Saved entries
• • • • • • •

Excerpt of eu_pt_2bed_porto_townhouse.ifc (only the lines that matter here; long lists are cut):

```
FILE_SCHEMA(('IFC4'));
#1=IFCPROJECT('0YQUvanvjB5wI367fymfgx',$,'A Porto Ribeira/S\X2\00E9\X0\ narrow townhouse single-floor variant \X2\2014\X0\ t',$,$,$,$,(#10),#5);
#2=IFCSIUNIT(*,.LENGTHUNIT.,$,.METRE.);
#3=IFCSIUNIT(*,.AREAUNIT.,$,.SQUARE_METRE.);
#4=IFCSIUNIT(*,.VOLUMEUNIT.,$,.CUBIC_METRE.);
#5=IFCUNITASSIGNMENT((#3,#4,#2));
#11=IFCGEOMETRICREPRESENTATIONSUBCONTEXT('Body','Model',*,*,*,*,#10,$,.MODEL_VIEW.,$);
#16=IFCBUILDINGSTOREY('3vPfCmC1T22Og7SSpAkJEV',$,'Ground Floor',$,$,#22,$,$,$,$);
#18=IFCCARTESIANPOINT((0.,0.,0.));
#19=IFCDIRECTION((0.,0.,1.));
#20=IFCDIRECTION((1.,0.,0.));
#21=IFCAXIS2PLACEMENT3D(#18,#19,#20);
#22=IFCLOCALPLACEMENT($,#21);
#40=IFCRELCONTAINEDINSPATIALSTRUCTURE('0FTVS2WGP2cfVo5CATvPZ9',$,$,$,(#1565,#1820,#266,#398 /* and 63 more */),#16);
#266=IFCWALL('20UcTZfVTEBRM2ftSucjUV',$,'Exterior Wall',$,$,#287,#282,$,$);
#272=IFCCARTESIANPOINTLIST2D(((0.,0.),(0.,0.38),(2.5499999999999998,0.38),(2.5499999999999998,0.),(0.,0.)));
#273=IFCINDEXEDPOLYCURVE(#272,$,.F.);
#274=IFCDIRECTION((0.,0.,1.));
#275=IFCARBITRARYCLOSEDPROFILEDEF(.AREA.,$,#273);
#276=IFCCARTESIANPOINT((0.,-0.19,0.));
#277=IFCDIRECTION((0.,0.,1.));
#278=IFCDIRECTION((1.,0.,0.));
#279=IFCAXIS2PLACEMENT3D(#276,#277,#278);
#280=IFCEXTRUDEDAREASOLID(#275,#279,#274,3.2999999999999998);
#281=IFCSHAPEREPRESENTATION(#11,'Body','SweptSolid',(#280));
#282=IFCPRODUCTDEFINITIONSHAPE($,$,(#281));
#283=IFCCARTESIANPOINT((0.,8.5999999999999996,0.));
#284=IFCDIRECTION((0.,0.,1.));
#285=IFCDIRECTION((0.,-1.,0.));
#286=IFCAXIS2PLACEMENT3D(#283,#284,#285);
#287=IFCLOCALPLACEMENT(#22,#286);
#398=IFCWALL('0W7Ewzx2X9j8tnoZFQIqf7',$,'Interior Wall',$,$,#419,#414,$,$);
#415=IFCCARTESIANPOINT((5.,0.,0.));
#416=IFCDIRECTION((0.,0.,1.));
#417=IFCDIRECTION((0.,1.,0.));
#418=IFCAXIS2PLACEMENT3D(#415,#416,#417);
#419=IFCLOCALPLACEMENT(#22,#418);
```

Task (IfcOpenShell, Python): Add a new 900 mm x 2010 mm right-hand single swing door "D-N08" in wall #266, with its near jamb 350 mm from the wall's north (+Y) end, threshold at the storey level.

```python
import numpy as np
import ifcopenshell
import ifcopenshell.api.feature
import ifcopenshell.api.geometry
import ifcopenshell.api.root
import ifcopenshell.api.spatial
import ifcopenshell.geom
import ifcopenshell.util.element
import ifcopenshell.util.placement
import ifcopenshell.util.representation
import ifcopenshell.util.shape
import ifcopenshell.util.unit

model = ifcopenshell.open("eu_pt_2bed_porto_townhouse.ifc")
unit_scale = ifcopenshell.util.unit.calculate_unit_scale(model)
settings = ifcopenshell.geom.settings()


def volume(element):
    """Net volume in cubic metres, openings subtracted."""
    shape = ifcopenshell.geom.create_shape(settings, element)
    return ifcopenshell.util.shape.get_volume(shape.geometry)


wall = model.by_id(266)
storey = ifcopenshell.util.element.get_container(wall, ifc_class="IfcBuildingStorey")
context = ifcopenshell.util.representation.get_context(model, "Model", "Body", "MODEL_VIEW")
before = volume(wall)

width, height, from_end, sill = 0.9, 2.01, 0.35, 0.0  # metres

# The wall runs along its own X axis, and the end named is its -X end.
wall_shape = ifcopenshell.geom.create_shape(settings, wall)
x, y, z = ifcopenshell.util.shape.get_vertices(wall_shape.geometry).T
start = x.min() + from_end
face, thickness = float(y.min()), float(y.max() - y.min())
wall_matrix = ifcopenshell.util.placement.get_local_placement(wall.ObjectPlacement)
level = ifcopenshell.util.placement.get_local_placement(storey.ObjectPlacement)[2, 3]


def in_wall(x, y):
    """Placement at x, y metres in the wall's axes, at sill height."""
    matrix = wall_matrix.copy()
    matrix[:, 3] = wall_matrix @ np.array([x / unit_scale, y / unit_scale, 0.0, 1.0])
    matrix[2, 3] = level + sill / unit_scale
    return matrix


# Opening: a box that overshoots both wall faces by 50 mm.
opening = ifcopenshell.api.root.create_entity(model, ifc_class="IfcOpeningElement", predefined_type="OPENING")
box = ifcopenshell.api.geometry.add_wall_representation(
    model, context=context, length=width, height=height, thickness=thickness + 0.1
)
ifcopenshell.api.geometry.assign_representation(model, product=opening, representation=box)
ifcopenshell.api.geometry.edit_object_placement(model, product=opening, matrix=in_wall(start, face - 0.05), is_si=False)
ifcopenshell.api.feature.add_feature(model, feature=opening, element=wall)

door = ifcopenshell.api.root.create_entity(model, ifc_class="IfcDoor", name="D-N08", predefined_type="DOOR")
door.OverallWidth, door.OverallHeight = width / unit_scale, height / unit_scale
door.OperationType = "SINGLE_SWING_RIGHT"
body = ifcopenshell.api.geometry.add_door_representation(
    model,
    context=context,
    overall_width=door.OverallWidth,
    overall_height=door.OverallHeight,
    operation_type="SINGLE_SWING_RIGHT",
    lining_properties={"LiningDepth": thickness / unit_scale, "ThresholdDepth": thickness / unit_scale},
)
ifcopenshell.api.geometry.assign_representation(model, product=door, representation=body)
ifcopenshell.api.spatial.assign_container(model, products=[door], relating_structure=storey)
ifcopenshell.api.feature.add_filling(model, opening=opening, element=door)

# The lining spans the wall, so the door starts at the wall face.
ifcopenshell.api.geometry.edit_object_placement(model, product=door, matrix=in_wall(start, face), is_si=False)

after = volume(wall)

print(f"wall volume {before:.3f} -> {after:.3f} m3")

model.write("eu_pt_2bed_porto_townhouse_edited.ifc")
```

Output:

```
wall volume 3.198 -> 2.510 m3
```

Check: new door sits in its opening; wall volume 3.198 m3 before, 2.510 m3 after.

• • • • • • •

● Exercise
The lines you need are those with the word "IFCLOCALPLACEMENT"; list them from the entries.

● Exercise output
#22=IFCLOCALPLACEMENT($,#21);
#287=IFCLOCALPLACEMENT(#22,#286);
#419=IFCLOCALPLACEMENT(#22,#418);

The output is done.